Anyone know if the book is worth the price for the Cocoa Beach area?  We already have the punch card, but are their enough coupons for restaurants and attractions to make it worth while.


----------



## swift (Mar 31, 2008)

I am going to move this to the Florida board. You might get a better response there.


----------



## Judy (Mar 31, 2008)

The Entertainment Book for Cocoa Beach is the Brevard County Area book.  It includes Cocoa, Cocoa Beach, Cape Canaveral, Merritt Island, Melbourne, Palm Bay, Vero Beach & "surrounding areas".  There is only one fine dining restaurant that is actually in Cocoa Beach.  In the Casual Dining & Fast Food section, there are 5 coupons for Cocoa Beach. Cocoa, Cape Canaveral, and Merritt Island are not far from Cocoa Beach.  There are 14 more there; about half are fast food.


----------



## rapmarks (Mar 31, 2008)

Judy, which restaurant is in the fine dining section?  It doesn't appear when looking on line that it is worth the money for the book.  However, I have heard that you can pay a $4.95 fee for a one time right to print coupons from a certain area.  However, I can't find that link.


----------



## jlwquilter (Mar 31, 2008)

rapmarks said:


> Judy, which restaurant is in the fine dining section?  It doesn't appear when looking on line that it is worth the money for the book.  However, I have heard that you can pay a $4.95 fee for a one time right to print coupons from a certain area.  However, I can't find that link.
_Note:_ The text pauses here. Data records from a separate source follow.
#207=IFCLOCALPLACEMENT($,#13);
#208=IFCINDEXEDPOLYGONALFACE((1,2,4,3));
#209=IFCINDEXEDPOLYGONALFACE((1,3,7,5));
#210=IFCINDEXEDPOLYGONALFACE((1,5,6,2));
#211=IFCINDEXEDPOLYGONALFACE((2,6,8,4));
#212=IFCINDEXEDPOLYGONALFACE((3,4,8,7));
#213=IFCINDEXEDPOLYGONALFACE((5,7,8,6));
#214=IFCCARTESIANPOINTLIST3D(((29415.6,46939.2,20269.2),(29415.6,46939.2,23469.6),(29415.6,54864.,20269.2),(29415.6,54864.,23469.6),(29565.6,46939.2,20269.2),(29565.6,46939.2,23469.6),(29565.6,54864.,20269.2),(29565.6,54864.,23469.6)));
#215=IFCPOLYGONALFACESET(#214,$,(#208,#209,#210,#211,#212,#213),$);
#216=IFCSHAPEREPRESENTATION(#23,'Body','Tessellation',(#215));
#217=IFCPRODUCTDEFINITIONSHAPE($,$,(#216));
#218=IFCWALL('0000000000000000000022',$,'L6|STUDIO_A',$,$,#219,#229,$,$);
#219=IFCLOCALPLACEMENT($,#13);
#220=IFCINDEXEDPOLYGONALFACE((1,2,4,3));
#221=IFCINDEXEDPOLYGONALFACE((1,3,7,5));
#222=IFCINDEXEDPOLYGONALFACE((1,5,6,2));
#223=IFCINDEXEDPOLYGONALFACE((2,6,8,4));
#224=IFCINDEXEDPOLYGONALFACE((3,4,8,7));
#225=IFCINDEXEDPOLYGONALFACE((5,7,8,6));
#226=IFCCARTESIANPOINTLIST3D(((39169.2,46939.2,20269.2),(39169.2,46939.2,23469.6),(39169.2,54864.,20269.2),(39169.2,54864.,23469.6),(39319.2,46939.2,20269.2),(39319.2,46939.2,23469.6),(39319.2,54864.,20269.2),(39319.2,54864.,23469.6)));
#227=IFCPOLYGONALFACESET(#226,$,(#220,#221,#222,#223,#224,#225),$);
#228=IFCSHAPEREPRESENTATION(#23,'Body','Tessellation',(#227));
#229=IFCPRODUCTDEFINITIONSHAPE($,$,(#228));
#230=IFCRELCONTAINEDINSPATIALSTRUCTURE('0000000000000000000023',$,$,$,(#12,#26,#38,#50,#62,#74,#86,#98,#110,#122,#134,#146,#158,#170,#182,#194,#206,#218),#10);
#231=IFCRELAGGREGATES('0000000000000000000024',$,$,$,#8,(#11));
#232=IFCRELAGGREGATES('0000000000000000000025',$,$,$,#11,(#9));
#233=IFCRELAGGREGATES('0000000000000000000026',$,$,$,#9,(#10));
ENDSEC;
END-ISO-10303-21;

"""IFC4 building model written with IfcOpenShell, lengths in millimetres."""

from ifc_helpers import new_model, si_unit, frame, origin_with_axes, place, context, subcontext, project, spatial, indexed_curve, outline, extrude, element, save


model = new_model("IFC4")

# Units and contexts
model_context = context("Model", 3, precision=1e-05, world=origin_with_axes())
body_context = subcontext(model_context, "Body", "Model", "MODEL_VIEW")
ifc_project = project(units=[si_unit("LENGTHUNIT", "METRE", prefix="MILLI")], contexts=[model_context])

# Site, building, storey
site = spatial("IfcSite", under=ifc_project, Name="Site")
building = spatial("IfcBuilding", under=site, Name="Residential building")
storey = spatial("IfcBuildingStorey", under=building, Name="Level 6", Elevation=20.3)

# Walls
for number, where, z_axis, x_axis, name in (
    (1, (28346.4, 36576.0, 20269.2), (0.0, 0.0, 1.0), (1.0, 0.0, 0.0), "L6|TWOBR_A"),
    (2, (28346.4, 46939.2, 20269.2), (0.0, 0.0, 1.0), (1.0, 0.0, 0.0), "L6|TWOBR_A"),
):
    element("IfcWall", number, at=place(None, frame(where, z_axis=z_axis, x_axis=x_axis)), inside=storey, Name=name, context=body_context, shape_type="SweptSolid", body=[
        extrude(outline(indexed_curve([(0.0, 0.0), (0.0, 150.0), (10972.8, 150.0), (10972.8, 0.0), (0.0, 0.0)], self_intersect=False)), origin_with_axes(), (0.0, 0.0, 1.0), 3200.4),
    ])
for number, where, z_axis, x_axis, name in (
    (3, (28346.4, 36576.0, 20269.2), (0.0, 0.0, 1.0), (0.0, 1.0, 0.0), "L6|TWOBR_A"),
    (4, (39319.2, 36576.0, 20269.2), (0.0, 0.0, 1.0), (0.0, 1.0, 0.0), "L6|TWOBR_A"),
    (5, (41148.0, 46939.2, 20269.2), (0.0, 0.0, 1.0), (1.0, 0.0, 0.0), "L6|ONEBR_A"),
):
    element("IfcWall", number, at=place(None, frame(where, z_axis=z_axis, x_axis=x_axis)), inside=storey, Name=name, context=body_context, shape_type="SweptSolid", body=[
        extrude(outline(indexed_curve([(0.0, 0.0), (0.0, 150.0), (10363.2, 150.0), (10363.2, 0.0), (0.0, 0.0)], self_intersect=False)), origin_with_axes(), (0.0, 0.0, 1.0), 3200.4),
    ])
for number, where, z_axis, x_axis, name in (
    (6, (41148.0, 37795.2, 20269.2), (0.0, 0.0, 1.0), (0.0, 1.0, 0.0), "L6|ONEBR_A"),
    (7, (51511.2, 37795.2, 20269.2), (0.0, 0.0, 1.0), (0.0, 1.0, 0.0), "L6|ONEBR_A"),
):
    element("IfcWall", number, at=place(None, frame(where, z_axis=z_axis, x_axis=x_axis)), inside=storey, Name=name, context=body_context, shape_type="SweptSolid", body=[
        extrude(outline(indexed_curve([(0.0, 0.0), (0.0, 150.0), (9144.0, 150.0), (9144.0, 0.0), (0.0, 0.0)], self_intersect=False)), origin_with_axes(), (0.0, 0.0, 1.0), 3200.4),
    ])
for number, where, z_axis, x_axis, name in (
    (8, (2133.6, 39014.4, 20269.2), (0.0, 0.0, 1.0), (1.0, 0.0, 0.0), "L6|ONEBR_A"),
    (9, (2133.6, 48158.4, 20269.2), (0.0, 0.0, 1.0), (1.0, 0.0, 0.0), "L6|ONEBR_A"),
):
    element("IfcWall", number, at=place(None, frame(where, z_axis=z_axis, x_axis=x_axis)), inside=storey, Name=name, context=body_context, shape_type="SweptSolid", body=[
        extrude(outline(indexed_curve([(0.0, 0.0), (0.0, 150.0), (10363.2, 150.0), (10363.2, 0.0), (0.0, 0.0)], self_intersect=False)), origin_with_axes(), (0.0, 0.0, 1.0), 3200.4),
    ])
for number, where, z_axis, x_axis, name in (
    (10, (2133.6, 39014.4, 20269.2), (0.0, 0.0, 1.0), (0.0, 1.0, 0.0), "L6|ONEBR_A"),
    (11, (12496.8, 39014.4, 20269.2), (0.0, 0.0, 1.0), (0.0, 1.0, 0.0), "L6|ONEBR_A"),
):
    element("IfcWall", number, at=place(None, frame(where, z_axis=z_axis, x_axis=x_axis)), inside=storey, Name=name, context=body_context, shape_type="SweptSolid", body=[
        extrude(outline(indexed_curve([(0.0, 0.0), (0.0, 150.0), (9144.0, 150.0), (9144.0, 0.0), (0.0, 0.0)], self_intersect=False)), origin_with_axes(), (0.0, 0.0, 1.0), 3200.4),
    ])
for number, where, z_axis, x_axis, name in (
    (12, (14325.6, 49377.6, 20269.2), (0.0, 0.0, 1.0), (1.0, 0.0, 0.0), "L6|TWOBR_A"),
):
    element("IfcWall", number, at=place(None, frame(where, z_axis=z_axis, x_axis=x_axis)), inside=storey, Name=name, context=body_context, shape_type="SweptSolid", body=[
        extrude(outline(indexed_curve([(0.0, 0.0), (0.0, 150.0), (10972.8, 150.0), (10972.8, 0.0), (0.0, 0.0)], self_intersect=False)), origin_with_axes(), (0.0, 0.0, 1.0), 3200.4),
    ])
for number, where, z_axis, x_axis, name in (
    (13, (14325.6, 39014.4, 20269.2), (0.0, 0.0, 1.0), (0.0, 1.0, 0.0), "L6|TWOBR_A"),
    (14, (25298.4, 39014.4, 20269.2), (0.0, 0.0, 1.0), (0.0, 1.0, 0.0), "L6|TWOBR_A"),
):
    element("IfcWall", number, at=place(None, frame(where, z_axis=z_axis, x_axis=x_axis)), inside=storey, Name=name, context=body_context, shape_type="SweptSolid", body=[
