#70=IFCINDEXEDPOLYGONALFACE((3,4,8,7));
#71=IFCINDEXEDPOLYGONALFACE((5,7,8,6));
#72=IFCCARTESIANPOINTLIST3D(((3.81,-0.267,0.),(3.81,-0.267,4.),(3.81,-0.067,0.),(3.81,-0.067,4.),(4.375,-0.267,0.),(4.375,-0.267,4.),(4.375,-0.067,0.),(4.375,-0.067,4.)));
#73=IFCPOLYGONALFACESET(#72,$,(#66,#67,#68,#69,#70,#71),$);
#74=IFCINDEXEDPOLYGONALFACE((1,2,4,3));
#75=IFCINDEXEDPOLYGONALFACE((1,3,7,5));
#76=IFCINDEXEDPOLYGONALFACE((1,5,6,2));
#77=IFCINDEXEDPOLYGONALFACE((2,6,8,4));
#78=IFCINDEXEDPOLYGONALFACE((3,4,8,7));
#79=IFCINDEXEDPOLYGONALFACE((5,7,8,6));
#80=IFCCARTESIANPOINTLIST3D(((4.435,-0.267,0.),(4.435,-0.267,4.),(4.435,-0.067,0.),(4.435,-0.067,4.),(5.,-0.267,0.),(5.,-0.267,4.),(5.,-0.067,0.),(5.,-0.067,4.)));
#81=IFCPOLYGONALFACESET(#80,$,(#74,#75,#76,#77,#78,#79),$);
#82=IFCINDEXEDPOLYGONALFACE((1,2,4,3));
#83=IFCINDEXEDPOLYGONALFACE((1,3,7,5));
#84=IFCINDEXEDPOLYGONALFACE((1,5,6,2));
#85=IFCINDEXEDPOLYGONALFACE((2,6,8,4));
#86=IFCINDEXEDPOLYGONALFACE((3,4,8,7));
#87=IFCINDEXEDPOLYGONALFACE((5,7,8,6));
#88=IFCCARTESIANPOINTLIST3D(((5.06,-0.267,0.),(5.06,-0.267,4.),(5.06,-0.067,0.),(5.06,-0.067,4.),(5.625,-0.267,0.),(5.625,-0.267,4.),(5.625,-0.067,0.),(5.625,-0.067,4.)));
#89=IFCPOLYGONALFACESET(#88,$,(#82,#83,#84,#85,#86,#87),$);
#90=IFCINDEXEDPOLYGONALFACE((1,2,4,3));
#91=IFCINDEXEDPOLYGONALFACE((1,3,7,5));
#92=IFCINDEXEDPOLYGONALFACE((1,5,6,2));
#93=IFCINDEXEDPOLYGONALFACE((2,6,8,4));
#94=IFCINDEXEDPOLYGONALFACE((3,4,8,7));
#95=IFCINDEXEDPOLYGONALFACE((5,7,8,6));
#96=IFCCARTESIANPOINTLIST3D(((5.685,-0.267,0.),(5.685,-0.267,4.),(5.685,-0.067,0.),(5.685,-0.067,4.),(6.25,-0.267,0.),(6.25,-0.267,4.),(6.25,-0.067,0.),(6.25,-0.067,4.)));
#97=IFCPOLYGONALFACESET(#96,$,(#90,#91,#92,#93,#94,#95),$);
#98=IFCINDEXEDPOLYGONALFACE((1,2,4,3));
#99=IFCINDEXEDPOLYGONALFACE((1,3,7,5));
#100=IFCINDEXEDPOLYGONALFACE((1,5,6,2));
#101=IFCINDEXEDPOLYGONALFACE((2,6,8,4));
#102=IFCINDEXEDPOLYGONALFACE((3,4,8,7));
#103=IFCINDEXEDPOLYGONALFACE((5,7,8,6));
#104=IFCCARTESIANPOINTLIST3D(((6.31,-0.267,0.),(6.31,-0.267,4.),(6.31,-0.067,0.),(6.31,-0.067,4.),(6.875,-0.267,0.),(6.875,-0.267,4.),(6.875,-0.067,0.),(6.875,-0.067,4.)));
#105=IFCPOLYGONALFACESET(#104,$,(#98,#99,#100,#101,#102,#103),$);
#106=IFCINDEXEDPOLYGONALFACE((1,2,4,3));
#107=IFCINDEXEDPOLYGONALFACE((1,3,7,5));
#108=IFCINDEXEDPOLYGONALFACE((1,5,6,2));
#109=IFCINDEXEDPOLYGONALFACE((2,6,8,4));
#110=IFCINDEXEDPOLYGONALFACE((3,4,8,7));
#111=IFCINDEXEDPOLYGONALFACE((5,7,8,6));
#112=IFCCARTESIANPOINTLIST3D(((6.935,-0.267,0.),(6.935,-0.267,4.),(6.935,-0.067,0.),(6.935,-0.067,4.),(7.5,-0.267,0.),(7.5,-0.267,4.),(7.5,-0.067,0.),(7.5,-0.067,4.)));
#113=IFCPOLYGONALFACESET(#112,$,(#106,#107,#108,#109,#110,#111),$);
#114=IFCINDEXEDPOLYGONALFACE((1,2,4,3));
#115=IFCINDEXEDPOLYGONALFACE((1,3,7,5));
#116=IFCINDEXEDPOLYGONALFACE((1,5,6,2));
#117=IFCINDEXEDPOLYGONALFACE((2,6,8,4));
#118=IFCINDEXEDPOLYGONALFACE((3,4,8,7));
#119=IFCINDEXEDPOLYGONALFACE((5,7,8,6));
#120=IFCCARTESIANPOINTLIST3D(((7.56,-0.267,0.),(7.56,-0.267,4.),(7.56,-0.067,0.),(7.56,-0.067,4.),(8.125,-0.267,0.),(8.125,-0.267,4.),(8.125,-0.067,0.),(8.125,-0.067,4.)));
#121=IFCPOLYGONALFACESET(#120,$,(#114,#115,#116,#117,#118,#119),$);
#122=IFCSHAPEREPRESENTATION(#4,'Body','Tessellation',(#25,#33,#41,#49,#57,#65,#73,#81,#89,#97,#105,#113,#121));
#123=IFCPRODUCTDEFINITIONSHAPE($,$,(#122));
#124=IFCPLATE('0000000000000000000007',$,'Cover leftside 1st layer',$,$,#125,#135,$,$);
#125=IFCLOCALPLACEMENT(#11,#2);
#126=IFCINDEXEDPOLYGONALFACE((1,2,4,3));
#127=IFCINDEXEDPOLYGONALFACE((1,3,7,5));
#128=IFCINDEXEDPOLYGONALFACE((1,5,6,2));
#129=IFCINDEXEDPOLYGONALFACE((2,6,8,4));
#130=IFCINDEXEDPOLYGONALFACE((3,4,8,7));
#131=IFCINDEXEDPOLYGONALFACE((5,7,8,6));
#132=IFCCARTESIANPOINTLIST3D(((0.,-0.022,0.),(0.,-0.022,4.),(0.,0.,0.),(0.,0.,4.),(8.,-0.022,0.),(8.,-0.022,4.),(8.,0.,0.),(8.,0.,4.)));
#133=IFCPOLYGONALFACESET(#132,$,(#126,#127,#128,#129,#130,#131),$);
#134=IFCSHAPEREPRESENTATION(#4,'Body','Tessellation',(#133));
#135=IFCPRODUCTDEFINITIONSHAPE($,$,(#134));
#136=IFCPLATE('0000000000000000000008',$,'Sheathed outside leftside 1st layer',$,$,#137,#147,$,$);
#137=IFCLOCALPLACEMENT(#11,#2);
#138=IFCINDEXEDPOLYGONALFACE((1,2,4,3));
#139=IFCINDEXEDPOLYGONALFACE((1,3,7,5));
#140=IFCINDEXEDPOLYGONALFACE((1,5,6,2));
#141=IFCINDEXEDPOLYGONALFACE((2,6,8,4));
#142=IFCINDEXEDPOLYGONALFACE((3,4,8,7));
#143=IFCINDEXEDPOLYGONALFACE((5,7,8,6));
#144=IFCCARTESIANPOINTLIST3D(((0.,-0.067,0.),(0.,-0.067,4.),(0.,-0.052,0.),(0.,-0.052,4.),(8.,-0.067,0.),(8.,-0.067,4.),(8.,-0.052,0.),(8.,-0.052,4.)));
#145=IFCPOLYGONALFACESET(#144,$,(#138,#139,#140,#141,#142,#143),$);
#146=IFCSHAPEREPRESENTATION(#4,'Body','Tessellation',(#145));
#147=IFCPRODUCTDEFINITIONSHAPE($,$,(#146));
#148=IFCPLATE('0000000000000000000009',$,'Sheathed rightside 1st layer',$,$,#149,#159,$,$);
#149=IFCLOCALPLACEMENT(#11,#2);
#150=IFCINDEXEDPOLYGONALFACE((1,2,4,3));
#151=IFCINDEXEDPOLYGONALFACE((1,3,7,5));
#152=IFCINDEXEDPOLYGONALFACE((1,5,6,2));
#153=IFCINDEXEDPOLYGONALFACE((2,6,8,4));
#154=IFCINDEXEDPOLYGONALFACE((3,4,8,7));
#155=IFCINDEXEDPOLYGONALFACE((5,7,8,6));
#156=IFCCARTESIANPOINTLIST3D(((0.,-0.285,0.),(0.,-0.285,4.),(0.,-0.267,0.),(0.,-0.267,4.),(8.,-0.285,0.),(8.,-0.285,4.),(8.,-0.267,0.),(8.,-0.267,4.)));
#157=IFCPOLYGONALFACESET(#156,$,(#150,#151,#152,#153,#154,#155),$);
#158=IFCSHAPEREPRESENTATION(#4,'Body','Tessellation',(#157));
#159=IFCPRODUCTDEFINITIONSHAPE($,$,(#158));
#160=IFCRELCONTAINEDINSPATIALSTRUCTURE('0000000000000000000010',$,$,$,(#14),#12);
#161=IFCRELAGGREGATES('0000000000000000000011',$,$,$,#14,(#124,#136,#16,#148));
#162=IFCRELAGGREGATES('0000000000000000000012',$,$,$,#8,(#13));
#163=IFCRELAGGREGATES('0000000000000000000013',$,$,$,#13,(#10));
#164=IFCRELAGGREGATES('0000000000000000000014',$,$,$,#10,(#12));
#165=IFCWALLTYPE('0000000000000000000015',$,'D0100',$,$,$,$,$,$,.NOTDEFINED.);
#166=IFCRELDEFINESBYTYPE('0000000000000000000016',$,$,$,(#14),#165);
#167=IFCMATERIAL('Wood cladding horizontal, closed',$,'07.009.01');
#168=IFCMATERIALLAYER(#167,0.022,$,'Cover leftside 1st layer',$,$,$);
That fee is to join, on a monthly basis, as an on-line member. No book, no card. But you can supposedly print off coupons as needed... I believe for multiple locations across the US. I saw the link when I was at the site less than a month ago to buy the Jacksonville Book. I seriously considered doing the on-line thing but as our vacations are spaced out every 3 months, and I gather some areas don't have that many good coupons to use anyway, I didn't think paying the $5 a month made sense for us.


----------



## Mel7706 (Mar 31, 2008)

*Restaurants in Cocoa*

We were just in Satellite Beach. There are two places I would not recommend, The Lobster Shanty north of Sat.  Bch. and the Dixie Crossroads in Titusville. Would recommend Florida Seafood and the small mom & pop restaurant(great crab cakes) across the street from Fl. Seafood. I think it is "The Old Fish House". Both are in Cocoa Beach JUST west of Ron Jon's 
on the causeway.


----------



## Judy (Apr 1, 2008)

rapmarks said:


> Judy, which restaurant is in the fine dining section?  It doesn't appear when looking on line that it is worth the money for the book.  However, I have heard that you can pay a $4.95 fee for a one time right to print coupons from a certain area.  However, I can't find that link.


oops - there are two:
43. Sunset Waterfront Grill & Bar 500 W. Cocoa Beach Cswy, Cocoa Beach
24. Flaminia's Famous Italian Kitchen 3210 S A1A, Cocoa Beach


----------



## hunkyleebo (Apr 1, 2008)

Mel, I think you meant Dixie Crossroads?  It used to be better, but it's gone downhill.  Lobster Shanty's not the best, but you can't beat the early bird prices and the beautiful views of the Banana River Lagoon.


----------



## Scott_Ru (Apr 1, 2008)

We've tried the Orlando Entertainment Book a couple years.  On the basis of our experience it really isn't worth the money.  There are some savings, but the small print defeats many and other coupons are for 2nd-rate eateries in my estimation.  For what it's worth, we've decided not to buy another.


----------



## rapmarks (Apr 1, 2008)

Yes Scott, I hear you. There is a sale now for $15 and free shipping, but I agree with your assessment and will pass. 
We did buy the Nashville book, and used 10 coupons that week, and they were good coupons too, like for a dinner theatre and lots of attractions like the Hermitage.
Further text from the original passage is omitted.